In the records that follow, find each line with the word "dimensions" and copy it.
-------- Material provided --------
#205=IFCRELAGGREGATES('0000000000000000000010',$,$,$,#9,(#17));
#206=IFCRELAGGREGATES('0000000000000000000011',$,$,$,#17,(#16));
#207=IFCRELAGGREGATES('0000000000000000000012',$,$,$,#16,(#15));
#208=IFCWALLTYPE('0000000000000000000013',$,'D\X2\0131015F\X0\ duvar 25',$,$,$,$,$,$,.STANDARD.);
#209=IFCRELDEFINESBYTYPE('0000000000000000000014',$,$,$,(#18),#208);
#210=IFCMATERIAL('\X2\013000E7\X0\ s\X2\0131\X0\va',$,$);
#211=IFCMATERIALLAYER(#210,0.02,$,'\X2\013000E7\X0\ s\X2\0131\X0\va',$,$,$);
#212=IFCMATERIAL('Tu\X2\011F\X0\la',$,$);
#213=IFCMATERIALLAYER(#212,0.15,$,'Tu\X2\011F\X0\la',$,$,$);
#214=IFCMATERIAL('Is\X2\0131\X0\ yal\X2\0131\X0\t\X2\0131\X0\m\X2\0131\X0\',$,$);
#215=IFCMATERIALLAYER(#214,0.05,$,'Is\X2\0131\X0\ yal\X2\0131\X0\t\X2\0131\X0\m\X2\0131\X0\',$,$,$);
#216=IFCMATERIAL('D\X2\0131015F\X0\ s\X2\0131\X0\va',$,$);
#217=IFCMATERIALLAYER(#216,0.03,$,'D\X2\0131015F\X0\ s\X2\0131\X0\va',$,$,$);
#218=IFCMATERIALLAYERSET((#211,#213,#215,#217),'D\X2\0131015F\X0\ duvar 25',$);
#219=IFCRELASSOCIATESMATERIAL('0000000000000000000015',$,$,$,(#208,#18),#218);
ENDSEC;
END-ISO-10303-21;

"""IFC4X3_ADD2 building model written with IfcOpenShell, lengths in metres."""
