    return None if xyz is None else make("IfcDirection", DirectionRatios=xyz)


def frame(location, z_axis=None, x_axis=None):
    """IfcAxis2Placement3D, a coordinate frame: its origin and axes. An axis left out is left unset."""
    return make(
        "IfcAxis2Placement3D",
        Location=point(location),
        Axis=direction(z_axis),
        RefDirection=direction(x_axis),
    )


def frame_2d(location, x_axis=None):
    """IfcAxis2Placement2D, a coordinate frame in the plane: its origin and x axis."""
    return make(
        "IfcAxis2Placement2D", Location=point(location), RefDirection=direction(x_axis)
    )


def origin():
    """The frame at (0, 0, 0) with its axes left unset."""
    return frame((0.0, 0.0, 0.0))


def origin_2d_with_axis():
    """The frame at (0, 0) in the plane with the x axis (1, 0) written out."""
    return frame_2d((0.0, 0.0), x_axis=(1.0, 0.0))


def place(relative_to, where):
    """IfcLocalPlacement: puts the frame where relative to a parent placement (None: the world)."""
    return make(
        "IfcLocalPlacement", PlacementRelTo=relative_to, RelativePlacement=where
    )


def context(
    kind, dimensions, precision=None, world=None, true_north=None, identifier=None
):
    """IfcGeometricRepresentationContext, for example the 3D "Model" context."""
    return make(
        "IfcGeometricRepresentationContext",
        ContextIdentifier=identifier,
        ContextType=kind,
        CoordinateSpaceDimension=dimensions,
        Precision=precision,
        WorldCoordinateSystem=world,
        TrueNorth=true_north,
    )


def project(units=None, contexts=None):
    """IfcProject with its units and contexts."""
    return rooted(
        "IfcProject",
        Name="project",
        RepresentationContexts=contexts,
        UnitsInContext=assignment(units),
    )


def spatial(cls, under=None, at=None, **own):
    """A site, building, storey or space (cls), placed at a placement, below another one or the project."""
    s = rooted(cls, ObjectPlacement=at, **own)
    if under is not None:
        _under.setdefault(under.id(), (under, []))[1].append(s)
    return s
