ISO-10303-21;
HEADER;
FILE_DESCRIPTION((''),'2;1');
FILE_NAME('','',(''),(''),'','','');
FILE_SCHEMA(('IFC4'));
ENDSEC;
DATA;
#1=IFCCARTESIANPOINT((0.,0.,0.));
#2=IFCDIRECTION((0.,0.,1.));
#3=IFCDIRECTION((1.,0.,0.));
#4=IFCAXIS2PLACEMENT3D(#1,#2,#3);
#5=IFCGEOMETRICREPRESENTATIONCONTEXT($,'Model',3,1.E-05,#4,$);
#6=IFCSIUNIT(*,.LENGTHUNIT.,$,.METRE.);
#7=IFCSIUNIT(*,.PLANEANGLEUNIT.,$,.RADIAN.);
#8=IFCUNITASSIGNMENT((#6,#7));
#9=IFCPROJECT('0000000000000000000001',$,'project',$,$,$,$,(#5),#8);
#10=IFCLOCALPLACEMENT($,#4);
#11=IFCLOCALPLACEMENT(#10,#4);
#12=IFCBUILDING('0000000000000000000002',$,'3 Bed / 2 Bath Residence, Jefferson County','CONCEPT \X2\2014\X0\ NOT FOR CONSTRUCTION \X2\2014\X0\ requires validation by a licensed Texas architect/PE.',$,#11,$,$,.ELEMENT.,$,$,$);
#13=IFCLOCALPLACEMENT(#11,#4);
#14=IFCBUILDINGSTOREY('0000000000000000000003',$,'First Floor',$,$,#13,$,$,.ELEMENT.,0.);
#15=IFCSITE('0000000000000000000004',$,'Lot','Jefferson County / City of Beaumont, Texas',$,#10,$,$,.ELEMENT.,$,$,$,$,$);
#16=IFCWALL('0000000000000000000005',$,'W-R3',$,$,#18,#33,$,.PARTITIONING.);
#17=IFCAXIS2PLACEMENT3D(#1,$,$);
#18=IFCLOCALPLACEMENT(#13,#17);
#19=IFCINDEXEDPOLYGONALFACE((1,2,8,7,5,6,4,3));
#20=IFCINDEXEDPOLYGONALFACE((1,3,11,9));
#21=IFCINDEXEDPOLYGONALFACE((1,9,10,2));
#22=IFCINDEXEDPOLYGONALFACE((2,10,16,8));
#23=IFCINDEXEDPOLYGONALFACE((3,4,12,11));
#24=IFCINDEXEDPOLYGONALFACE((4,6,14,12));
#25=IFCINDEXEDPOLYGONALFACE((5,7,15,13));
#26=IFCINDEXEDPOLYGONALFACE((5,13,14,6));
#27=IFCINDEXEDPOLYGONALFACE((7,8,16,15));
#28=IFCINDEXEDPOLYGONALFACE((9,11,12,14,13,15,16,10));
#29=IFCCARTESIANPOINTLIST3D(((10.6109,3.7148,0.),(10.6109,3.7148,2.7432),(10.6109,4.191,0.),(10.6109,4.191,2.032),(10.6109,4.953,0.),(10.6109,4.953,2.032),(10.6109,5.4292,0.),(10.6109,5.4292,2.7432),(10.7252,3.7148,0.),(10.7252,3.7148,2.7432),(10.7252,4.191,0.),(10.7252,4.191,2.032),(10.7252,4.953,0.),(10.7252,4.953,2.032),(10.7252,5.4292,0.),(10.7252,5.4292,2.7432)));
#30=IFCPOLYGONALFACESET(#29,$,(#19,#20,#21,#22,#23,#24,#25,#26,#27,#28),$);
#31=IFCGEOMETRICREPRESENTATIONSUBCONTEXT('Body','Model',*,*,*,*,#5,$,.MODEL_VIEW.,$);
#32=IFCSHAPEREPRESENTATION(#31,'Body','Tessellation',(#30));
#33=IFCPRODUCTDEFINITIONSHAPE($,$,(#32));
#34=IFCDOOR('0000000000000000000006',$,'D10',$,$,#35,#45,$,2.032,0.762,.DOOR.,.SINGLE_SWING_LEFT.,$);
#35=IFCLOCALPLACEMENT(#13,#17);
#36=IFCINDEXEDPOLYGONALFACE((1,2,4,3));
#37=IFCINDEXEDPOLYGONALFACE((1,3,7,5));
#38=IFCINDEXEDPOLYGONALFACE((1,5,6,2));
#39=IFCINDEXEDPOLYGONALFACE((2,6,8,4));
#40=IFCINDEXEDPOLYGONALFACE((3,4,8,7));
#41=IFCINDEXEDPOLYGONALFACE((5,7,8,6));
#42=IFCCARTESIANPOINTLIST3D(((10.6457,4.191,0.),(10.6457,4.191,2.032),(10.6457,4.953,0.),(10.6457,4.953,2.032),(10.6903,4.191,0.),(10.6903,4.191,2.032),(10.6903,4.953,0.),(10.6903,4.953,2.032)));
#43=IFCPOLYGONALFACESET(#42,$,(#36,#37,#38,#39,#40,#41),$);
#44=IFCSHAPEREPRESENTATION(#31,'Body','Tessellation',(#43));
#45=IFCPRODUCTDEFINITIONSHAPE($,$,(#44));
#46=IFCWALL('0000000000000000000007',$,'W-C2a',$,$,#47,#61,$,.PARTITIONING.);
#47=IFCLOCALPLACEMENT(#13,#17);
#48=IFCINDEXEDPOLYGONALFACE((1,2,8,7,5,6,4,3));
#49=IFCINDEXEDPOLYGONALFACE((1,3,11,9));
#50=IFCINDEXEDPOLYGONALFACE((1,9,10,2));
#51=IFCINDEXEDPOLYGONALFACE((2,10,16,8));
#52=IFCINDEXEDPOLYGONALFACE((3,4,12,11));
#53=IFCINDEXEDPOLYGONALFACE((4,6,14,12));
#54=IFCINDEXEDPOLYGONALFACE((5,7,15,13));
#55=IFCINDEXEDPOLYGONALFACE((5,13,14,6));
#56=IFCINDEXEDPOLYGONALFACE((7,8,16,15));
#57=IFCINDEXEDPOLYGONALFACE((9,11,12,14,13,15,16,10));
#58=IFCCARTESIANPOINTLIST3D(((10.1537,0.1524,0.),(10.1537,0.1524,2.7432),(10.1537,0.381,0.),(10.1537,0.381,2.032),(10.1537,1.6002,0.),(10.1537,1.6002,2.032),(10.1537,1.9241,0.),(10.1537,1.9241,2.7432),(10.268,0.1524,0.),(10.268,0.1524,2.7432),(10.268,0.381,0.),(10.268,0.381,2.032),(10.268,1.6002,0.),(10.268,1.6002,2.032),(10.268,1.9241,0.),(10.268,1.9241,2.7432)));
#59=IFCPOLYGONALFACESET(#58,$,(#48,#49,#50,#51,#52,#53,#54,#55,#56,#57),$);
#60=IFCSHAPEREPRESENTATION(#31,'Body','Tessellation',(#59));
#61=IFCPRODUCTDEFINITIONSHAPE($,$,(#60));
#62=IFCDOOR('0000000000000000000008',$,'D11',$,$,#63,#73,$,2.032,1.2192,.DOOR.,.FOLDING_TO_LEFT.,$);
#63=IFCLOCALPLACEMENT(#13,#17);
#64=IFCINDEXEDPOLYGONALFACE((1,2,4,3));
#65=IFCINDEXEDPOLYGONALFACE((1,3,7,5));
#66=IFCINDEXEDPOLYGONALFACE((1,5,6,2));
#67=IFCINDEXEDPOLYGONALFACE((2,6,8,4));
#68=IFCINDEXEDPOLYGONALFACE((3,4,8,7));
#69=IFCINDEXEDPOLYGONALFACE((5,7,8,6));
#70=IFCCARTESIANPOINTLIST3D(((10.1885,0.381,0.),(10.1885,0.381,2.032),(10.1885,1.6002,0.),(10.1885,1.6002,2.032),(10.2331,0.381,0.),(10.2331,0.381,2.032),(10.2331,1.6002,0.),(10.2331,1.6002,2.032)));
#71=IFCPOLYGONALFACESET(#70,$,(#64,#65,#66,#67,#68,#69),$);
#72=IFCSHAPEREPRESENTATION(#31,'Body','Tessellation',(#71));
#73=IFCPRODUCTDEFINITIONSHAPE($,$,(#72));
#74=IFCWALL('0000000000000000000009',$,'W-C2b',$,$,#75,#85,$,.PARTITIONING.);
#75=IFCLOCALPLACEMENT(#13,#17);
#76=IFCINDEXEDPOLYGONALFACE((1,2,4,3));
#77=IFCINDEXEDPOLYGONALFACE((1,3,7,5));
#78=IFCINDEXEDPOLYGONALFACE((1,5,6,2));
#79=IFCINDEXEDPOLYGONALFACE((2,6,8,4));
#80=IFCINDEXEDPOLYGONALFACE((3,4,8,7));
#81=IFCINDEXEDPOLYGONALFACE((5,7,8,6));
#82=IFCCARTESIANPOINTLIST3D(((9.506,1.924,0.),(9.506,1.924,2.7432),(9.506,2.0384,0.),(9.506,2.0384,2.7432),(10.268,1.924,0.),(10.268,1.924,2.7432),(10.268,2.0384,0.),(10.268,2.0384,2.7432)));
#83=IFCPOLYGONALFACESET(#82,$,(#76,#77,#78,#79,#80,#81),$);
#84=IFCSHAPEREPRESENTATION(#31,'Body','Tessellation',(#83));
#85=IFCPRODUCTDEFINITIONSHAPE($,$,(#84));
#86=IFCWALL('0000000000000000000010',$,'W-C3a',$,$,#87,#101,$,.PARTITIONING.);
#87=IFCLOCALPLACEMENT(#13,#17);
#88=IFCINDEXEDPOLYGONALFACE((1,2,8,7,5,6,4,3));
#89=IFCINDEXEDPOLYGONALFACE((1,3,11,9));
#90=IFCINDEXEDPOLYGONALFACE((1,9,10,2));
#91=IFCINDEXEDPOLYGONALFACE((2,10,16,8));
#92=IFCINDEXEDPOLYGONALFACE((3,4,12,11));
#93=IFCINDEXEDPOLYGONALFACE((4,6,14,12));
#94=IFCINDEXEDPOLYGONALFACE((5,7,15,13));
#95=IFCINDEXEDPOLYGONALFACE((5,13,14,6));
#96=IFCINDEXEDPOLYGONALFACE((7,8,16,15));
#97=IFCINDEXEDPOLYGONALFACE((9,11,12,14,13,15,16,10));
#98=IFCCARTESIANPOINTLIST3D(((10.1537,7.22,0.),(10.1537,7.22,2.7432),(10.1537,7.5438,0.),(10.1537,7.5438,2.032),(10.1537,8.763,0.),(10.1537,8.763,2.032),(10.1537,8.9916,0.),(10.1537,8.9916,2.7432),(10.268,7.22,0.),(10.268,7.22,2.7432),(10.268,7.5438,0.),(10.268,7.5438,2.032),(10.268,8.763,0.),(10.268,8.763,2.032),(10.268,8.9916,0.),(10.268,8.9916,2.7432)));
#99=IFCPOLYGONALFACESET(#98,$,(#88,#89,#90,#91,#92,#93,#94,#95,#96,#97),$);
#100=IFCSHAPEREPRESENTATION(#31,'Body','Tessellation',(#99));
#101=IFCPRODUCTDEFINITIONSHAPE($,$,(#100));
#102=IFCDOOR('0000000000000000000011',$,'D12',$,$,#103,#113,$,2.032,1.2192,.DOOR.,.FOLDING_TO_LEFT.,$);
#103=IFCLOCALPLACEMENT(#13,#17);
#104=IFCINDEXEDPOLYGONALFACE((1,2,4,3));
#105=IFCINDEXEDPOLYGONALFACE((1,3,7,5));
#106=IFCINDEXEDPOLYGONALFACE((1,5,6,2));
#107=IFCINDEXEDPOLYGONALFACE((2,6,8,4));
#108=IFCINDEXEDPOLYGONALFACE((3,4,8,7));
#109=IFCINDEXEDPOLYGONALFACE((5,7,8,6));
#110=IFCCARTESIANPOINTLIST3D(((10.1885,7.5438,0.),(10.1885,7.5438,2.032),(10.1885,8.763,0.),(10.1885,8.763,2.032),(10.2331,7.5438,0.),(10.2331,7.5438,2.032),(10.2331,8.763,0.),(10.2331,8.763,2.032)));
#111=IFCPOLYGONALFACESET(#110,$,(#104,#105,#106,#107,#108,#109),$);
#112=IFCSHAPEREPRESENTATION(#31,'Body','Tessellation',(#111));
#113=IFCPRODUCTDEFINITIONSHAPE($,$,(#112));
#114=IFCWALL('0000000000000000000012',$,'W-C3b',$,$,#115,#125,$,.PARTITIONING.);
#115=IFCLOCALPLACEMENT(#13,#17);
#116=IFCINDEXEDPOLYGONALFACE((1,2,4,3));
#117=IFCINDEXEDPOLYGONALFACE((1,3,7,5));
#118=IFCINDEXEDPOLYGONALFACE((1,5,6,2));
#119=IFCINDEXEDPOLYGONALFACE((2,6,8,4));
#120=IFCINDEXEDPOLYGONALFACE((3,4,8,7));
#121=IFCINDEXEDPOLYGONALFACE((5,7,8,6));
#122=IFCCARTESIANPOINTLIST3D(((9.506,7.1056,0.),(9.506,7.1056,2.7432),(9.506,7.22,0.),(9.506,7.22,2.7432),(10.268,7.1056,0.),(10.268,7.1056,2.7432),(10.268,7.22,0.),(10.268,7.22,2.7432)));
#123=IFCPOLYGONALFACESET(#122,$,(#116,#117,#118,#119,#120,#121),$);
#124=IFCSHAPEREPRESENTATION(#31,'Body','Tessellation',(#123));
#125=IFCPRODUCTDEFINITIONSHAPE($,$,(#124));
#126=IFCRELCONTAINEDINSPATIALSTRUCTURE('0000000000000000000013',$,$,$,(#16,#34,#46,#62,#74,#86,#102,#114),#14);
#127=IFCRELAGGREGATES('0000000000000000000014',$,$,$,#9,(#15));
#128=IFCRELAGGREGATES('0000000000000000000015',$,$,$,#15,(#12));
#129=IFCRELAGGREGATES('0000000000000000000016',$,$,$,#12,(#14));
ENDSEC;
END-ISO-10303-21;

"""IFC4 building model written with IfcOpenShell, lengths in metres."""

from ifc_helpers import new_model, si_unit, frame, frame_2d, origin_with_axes, place, context, subcontext, project, spatial, rectangle, extrude, element, fill, save


model = new_model("IFC4")

# Units and contexts
model_context = context("Model", 3, precision=1e-05, world=origin_with_axes())
body_context = subcontext(model_context, "Body", "Model", "MODEL_VIEW")
ifc_project = project(units=[si_unit("LENGTHUNIT", "METRE"), si_unit("PLANEANGLEUNIT", "RADIAN")], contexts=[model_context])

# Site, building, storey
site_placement = place(None, origin_with_axes())
site = spatial("IfcSite", under=ifc_project, at=site_placement, Name="Lot", Description="Jefferson County / City of Beaumont, Texas", CompositionType="ELEMENT")
building_placement = place(site_placement, origin_with_axes())
building = spatial("IfcBuilding", under=site, at=building_placement, Name="3 Bed / 2 Bath Residence, Jefferson County", Description="CONCEPT — NOT FOR CONSTRUCTION — requires validation by a licensed Texas architect/PE.", CompositionType="ELEMENT")
storey_placement = place(building_placement, origin_with_axes())
storey = spatial("IfcBuildingStorey", under=building, at=storey_placement, Name="First Floor", CompositionType="ELEMENT", Elevation=0.0)

# Walls, openings, doors
wall_1_placement = place(storey_placement, frame((10.668, 3.7147, 0.0), z_axis=(0.0, 0.0, 1.0), x_axis=(0.0, 1.0, 0.0)))
wall_1 = element("IfcWall", 1, at=wall_1_placement, inside=storey, Name="W-R3", PredefinedType="PARTITIONING", context=body_context, shape_type="SweptSolid", body=[
    extrude(rectangle(XDim=1.7145, YDim=0.1143, at=frame_2d((0.8573, 0.0), x_axis=(1.0, 0.0))), origin_with_axes(), (0.0, 0.0, 1.0), 2.7432),
])
opening_1_placement = place(wall_1_placement, frame((0.4763, 0.0, 0.0), z_axis=(0.0, 0.0, 1.0), x_axis=(1.0, 0.0, 0.0)))
opening_1 = element("IfcOpeningElement", 2, at=opening_1_placement, cuts=wall_1, PredefinedType="OPENING", context=body_context, shape_type="SweptSolid", body=[
    extrude(rectangle(XDim=0.762, YDim=0.1448, at=frame_2d((0.381, 0.0), x_axis=(1.0, 0.0))), origin_with_axes(), (0.0, 0.0, 1.0), 2.032),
--------
> _Solution_
    kind, dimensions, precision=None, world=None, true_north=None, identifier=None
        CoordinateSpaceDimension=dimensions,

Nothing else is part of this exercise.